[Listed records Boundary: Start]

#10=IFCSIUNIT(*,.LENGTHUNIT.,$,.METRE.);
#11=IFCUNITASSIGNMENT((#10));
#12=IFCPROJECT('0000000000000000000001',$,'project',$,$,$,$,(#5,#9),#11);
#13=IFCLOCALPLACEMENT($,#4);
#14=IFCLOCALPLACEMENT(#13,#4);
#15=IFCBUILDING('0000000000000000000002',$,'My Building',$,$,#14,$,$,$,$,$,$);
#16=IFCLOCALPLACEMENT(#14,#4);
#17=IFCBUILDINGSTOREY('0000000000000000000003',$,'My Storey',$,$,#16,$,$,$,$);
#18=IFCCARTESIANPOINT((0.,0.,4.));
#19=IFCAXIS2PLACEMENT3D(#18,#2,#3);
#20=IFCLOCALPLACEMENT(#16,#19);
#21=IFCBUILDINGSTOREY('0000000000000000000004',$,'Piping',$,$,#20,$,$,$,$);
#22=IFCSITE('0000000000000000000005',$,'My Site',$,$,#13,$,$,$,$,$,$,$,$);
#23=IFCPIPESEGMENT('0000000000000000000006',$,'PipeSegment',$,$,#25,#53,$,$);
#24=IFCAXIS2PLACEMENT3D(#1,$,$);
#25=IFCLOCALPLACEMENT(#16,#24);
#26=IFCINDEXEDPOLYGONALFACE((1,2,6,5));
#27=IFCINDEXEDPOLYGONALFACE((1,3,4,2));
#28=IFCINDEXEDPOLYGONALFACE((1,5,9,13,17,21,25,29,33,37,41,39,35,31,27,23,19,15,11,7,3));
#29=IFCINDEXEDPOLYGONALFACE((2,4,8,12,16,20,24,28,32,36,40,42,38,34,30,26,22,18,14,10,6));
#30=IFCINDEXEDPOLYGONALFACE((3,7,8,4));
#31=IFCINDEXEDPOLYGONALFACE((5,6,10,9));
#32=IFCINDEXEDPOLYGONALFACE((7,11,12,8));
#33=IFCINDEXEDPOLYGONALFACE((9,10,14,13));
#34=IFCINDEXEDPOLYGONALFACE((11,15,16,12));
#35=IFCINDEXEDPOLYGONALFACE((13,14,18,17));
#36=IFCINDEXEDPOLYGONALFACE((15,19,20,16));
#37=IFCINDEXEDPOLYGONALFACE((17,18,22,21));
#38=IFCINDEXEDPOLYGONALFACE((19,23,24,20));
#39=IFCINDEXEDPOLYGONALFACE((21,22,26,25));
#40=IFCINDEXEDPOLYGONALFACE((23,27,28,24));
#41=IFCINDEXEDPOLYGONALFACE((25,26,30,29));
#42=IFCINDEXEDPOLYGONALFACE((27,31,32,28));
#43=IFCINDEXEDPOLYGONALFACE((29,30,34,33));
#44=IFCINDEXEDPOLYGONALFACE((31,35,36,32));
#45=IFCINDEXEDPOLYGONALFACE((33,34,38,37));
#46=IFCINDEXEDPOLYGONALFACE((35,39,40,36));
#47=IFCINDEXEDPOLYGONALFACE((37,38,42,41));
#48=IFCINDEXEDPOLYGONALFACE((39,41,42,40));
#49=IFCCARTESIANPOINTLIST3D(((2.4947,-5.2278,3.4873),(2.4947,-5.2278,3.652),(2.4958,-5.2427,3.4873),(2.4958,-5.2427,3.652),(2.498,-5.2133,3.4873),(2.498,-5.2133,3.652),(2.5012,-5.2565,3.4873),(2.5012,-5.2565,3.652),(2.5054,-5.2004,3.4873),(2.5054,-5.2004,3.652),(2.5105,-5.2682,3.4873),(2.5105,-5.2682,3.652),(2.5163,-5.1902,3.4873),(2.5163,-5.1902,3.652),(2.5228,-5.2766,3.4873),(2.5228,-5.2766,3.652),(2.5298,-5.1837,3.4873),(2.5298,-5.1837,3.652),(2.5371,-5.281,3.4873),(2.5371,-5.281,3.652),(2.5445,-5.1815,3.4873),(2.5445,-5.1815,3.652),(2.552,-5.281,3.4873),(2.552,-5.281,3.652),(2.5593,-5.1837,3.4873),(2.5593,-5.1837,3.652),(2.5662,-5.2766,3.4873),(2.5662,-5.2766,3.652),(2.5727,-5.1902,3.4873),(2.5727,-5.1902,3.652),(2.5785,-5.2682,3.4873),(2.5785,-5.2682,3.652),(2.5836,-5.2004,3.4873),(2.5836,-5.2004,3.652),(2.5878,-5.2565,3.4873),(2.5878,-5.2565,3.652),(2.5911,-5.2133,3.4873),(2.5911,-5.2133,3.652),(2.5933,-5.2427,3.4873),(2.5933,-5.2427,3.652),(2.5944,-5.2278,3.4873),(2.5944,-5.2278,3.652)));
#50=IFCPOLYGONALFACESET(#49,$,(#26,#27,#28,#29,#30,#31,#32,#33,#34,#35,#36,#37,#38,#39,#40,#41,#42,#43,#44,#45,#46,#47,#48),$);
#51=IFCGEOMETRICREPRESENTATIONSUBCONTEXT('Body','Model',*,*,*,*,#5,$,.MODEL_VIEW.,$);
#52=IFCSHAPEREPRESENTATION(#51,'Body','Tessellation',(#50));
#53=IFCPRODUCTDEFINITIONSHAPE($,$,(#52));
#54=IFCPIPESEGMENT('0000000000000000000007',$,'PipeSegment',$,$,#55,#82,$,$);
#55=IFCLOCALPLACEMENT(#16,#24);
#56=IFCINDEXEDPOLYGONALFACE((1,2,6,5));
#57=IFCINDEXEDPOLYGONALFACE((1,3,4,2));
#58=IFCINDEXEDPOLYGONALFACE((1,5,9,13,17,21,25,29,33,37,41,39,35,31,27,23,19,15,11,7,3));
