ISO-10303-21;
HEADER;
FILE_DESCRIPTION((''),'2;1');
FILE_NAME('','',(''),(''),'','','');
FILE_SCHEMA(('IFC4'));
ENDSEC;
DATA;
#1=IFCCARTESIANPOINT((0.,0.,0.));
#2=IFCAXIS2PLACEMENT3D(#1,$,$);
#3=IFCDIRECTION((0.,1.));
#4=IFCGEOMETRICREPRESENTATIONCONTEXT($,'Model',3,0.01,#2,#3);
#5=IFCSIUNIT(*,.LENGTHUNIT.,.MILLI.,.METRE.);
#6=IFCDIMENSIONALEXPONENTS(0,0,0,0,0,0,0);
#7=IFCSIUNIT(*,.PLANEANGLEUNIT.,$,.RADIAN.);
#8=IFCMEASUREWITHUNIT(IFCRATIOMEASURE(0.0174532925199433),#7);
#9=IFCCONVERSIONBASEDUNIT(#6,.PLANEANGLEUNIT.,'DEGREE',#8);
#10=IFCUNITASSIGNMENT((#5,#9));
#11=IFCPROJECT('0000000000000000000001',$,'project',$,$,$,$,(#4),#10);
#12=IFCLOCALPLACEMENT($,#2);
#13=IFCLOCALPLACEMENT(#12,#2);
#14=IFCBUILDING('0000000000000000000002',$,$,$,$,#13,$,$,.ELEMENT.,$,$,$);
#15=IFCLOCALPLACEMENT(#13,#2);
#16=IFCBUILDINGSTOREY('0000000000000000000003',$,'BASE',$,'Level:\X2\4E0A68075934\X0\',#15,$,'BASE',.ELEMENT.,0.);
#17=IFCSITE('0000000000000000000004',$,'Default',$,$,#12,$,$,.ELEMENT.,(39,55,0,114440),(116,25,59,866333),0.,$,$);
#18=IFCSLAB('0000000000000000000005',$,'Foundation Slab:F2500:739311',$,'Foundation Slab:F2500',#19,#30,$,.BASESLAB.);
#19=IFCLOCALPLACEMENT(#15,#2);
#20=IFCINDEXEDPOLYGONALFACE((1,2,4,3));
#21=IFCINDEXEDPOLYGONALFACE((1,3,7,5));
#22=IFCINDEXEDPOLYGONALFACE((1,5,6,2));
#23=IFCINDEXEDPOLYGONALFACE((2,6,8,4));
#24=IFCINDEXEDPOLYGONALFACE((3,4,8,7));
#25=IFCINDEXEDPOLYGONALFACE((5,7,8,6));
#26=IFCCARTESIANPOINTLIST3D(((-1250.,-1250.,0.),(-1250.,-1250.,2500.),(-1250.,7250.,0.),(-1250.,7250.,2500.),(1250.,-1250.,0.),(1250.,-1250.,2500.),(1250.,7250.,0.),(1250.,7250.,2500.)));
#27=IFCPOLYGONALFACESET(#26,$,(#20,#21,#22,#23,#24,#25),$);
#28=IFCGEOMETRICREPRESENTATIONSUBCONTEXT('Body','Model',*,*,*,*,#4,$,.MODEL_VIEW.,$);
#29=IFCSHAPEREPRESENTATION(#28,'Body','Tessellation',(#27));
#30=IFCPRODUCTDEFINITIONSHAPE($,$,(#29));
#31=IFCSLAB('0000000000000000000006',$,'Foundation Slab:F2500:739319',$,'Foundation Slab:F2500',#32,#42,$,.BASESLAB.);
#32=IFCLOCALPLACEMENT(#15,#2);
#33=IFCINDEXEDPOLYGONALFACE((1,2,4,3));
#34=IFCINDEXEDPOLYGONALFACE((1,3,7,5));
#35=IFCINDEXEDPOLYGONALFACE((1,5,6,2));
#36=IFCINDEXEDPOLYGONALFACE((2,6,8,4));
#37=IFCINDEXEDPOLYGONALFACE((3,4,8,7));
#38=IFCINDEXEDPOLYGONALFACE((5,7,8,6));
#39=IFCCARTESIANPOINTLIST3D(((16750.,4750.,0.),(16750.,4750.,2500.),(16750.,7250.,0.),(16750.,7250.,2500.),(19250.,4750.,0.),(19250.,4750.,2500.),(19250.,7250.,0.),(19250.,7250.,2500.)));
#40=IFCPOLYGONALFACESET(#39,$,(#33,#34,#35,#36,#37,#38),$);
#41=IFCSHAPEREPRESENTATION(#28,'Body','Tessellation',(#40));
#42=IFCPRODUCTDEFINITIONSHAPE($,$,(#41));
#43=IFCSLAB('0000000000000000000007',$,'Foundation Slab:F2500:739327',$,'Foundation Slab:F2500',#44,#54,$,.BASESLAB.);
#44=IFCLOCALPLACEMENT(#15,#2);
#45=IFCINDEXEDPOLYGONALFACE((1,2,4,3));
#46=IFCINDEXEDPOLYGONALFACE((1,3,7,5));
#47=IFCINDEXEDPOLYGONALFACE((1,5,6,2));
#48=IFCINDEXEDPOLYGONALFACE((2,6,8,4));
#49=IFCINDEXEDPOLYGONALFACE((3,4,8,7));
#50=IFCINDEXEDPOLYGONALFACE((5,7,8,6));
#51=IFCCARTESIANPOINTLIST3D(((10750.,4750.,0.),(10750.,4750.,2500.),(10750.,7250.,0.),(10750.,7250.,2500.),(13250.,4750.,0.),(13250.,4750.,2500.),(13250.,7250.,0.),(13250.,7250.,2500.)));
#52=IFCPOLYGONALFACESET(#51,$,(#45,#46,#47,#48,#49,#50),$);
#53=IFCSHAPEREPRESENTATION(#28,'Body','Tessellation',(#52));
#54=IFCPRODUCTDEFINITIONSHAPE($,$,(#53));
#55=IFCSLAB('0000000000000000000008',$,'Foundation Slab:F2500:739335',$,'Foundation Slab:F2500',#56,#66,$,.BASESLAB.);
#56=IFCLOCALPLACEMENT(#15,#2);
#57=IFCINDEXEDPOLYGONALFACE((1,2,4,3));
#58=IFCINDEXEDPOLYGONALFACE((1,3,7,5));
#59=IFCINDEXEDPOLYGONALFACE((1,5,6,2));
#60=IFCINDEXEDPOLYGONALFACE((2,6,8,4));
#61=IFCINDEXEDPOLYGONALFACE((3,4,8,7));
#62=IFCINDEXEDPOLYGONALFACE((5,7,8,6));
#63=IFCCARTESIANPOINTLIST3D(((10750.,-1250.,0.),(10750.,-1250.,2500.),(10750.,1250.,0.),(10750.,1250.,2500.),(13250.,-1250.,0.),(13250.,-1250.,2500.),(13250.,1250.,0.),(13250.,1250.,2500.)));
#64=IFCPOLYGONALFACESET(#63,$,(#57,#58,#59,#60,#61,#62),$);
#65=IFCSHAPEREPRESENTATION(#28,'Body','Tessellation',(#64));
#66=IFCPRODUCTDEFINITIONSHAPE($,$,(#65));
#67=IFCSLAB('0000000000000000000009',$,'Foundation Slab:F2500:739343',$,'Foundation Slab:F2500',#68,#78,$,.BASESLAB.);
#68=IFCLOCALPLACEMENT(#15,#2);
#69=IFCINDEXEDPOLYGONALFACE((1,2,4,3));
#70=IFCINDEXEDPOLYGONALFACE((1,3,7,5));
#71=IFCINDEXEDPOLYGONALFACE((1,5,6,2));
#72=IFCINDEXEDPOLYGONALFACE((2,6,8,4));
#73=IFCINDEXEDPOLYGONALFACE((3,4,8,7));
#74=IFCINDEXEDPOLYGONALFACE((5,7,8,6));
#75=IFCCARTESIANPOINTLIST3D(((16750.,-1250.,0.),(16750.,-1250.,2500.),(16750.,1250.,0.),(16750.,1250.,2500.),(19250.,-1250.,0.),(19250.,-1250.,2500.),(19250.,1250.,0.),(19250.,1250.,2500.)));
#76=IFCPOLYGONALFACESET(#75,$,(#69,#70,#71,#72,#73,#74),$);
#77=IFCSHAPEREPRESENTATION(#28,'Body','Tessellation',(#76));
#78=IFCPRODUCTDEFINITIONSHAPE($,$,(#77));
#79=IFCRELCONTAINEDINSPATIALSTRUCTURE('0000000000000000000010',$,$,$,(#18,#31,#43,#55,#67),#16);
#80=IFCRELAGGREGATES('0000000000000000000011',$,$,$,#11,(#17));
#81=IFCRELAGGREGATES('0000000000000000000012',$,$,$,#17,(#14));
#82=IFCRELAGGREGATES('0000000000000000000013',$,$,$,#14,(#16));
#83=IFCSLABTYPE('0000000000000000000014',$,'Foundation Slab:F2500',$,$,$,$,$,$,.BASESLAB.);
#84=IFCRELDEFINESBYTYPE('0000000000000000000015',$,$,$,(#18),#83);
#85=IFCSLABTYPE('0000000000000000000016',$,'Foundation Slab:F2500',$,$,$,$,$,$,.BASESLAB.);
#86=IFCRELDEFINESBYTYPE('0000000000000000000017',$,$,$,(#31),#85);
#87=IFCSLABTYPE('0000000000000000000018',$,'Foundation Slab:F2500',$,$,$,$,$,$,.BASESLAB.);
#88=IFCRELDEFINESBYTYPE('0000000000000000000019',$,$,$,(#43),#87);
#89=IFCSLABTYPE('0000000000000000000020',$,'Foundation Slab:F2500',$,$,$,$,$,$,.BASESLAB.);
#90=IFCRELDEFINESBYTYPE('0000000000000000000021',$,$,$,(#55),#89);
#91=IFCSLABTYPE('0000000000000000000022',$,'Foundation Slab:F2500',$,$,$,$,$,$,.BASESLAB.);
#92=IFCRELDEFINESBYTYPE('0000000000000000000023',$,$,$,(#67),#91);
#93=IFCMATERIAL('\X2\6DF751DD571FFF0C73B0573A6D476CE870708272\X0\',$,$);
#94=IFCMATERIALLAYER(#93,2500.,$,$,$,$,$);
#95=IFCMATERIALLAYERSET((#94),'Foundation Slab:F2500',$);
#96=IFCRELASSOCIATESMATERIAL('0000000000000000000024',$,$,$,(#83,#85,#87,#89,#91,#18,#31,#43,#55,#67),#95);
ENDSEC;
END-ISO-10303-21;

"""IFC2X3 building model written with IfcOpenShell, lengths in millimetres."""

from ifc_helpers import new_model, entity, si_unit, converted_unit, direction, frame, origin, origin_2d_with_axis, place, context, subcontext, project, spatial, rectangle, extrude, material, layer, layer_set, layer_usage, type_object, element, save


model = new_model("IFC2X3")

# Units and contexts
model_context = context("Model", 3, precision=0.01, world=origin(), true_north=direction((0.0, 1.0)))
body_context = subcontext(model_context, "Body", "Model", "MODEL_VIEW")
ifc_project = project(units=[si_unit("LENGTHUNIT", "METRE", prefix="MILLI"), converted_unit("PLANEANGLEUNIT", "DEGREE", entity("IfcRatioMeasure", 0.0174532925199433), si_unit("PLANEANGLEUNIT", "RADIAN"), dimensions=[0, 0, 0, 0, 0, 0, 0])], contexts=[model_context])

# Site, building, storey
site_placement = place(None, origin())
site = spatial("IfcSite", under=ifc_project, at=site_placement, Name="Default", CompositionType="ELEMENT", RefLatitude=(39, 55, 0, 114440), RefLongitude=(116, 25, 59, 866333), RefElevation=0.0)
building_placement = place(site_placement, origin())
building = spatial("IfcBuilding", under=site, at=building_placement, CompositionType="ELEMENT")
storey_placement = place(building_placement, origin())
storey = spatial("IfcBuildingStorey", under=building, at=storey_placement, Name="BASE", ObjectType="Level:上标头", LongName="BASE", CompositionType="ELEMENT", Elevation=0.0)

# Slabs
ifc_material = material(Name="混凝土，现场浇注灰色")
ifc_layer = layer(ifc_material, 2500.0)
ifc_layer_set = layer_set([ifc_layer], Name="Foundation Slab:F2500")
ifc_layer_usage_1 = layer_usage(ifc_layer_set, "AXIS3", "POSITIVE", 0.0)
slab_type_1 = type_object("IfcSlabType", Name="Foundation Slab:F2500", PredefinedType="BASESLAB", material=ifc_layer_set)
slab_1_placement = place(storey_placement, origin())
element("IfcSlab", 1, at=slab_1_placement, inside=storey, type_object=slab_type_1, material=ifc_layer_usage_1, Name="Foundation Slab:F2500:739311", ObjectType="Foundation Slab:F2500", PredefinedType="BASESLAB", context=body_context, shape_type="SweptSolid", body=[
    extrude(rectangle(XDim=8500.0, YDim=2500.0, at=origin_2d_with_axis()), frame((0.0, 3000.0, 2500.0), z_axis=(0.0, 0.0, -1.0), x_axis=(0.0, 1.0, 0.0)), (0.0, 0.0, 1.0), 2500.0),
])
ifc_layer_usage_2 = layer_usage(ifc_layer_set, "AXIS3", "POSITIVE", 0.0)
slab_type_2 = type_object("IfcSlabType", Name="Foundation Slab:F2500", PredefinedType="BASESLAB", material=ifc_layer_set)
slab_2_placement = place(storey_placement, origin())
element("IfcSlab", 2, at=slab_2_placement, inside=storey, type_object=slab_type_2, material=ifc_layer_usage_2, Name="Foundation Slab:F2500:739319", ObjectType="Foundation Slab:F2500", PredefinedType="BASESLAB", context=body_context, shape_type="SweptSolid", body=[
    extrude(rectangle(XDim=2500.0, YDim=2500.0, at=origin_2d_with_axis()), frame((18000.0, 6000.0, 2500.0), z_axis=(0.0, 0.0, -1.0), x_axis=(0.0, 1.0, 0.0)), (0.0, 0.0, 1.0), 2500.0),
])
ifc_layer_usage_3 = layer_usage(ifc_layer_set, "AXIS3", "POSITIVE", 0.0)
slab_type_3 = type_object("IfcSlabType", Name="Foundation Slab:F2500", PredefinedType="BASESLAB", material=ifc_layer_set)
slab_3_placement = place(storey_placement, origin())
element("IfcSlab", 3, at=slab_3_placement, inside=storey, type_object=slab_type_3, material=ifc_layer_usage_3, Name="Foundation Slab:F2500:739327", ObjectType="Foundation Slab:F2500", PredefinedType="BASESLAB", context=body_context, shape_type="SweptSolid", body=[
    extrude(rectangle(XDim=2500.0, YDim=2500.0, at=origin_2d_with_axis()), frame((12000.0, 6000.0, 2500.0), z_axis=(0.0, 0.0, -1.0), x_axis=(0.0, 1.0, 0.0)), (0.0, 0.0, 1.0), 2500.0),
])
ifc_layer_usage_4 = layer_usage(ifc_layer_set, "AXIS3", "POSITIVE", 0.0)
slab_type_4 = type_object("IfcSlabType", Name="Foundation Slab:F2500", PredefinedType="BASESLAB", material=ifc_layer_set)
slab_4_placement = place(storey_placement, origin())
element("IfcSlab", 4, at=slab_4_placement, inside=storey, type_object=slab_type_4, material=ifc_layer_usage_4, Name="Foundation Slab:F2500:739335", ObjectType="Foundation Slab:F2500", PredefinedType="BASESLAB", context=body_context, shape_type="SweptSolid", body=[
    extrude(rectangle(XDim=2500.0, YDim=2500.0, at=origin_2d_with_axis()), frame((12000.0, 0.0, 2500.0), z_axis=(0.0, 0.0, -1.0), x_axis=(0.0, 1.0, 0.0)), (0.0, 0.0, 1.0), 2500.0),
])
ifc_layer_usage_5 = layer_usage(ifc_layer_set, "AXIS3", "POSITIVE", 0.0)
slab_type_5 = type_object("IfcSlabType", Name="Foundation Slab:F2500", PredefinedType="BASESLAB", material=ifc_layer_set)
slab_5_placement = place(storey_placement, origin())
element("IfcSlab", 5, at=slab_5_placement, inside=storey, type_object=slab_type_5, material=ifc_layer_usage_5, Name="Foundation Slab:F2500:739343", ObjectType="Foundation Slab:F2500", PredefinedType="BASESLAB", context=body_context, shape_type="SweptSolid", body=[
    extrude(rectangle(XDim=2500.0, YDim=2500.0, at=origin_2d_with_axis()), frame((18000.0, 0.0, 2500.0), z_axis=(0.0, 0.0, -1.0), x_axis=(0.0, 1.0, 0.0)), (0.0, 0.0, 1.0), 2500.0),
])

save(model, "model.ifc")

[Listed records Boundary: End]

→ **Task statement**
In the entries above, one line contains "FILE_DESCRIPTION((''),'2;1');" and another contains "#8=IFCMEASUREWITHUNIT(IFCRATIOMEASURE(0.0174532925199433),#7);". Reproduce exactly those two lines and the lines between them, nothing else.

→ **Answer section**
FILE_DESCRIPTION((''),'2;1');
FILE_NAME('','',(''),(''),'','','');
FILE_SCHEMA(('IFC4'));
ENDSEC;
DATA;
#1=IFCCARTESIANPOINT((0.,0.,0.));
#2=IFCAXIS2PLACEMENT3D(#1,$,$);
#3=IFCDIRECTION((0.,1.));
#4=IFCGEOMETRICREPRESENTATIONCONTEXT($,'Model',3,0.01,#2,#3);
#5=IFCSIUNIT(*,.LENGTHUNIT.,.MILLI.,.METRE.);
#6=IFCDIMENSIONALEXPONENTS(0,0,0,0,0,0,0);
#7=IFCSIUNIT(*,.PLANEANGLEUNIT.,$,.RADIAN.);
#8=IFCMEASUREWITHUNIT(IFCRATIOMEASURE(0.0174532925199433),#7);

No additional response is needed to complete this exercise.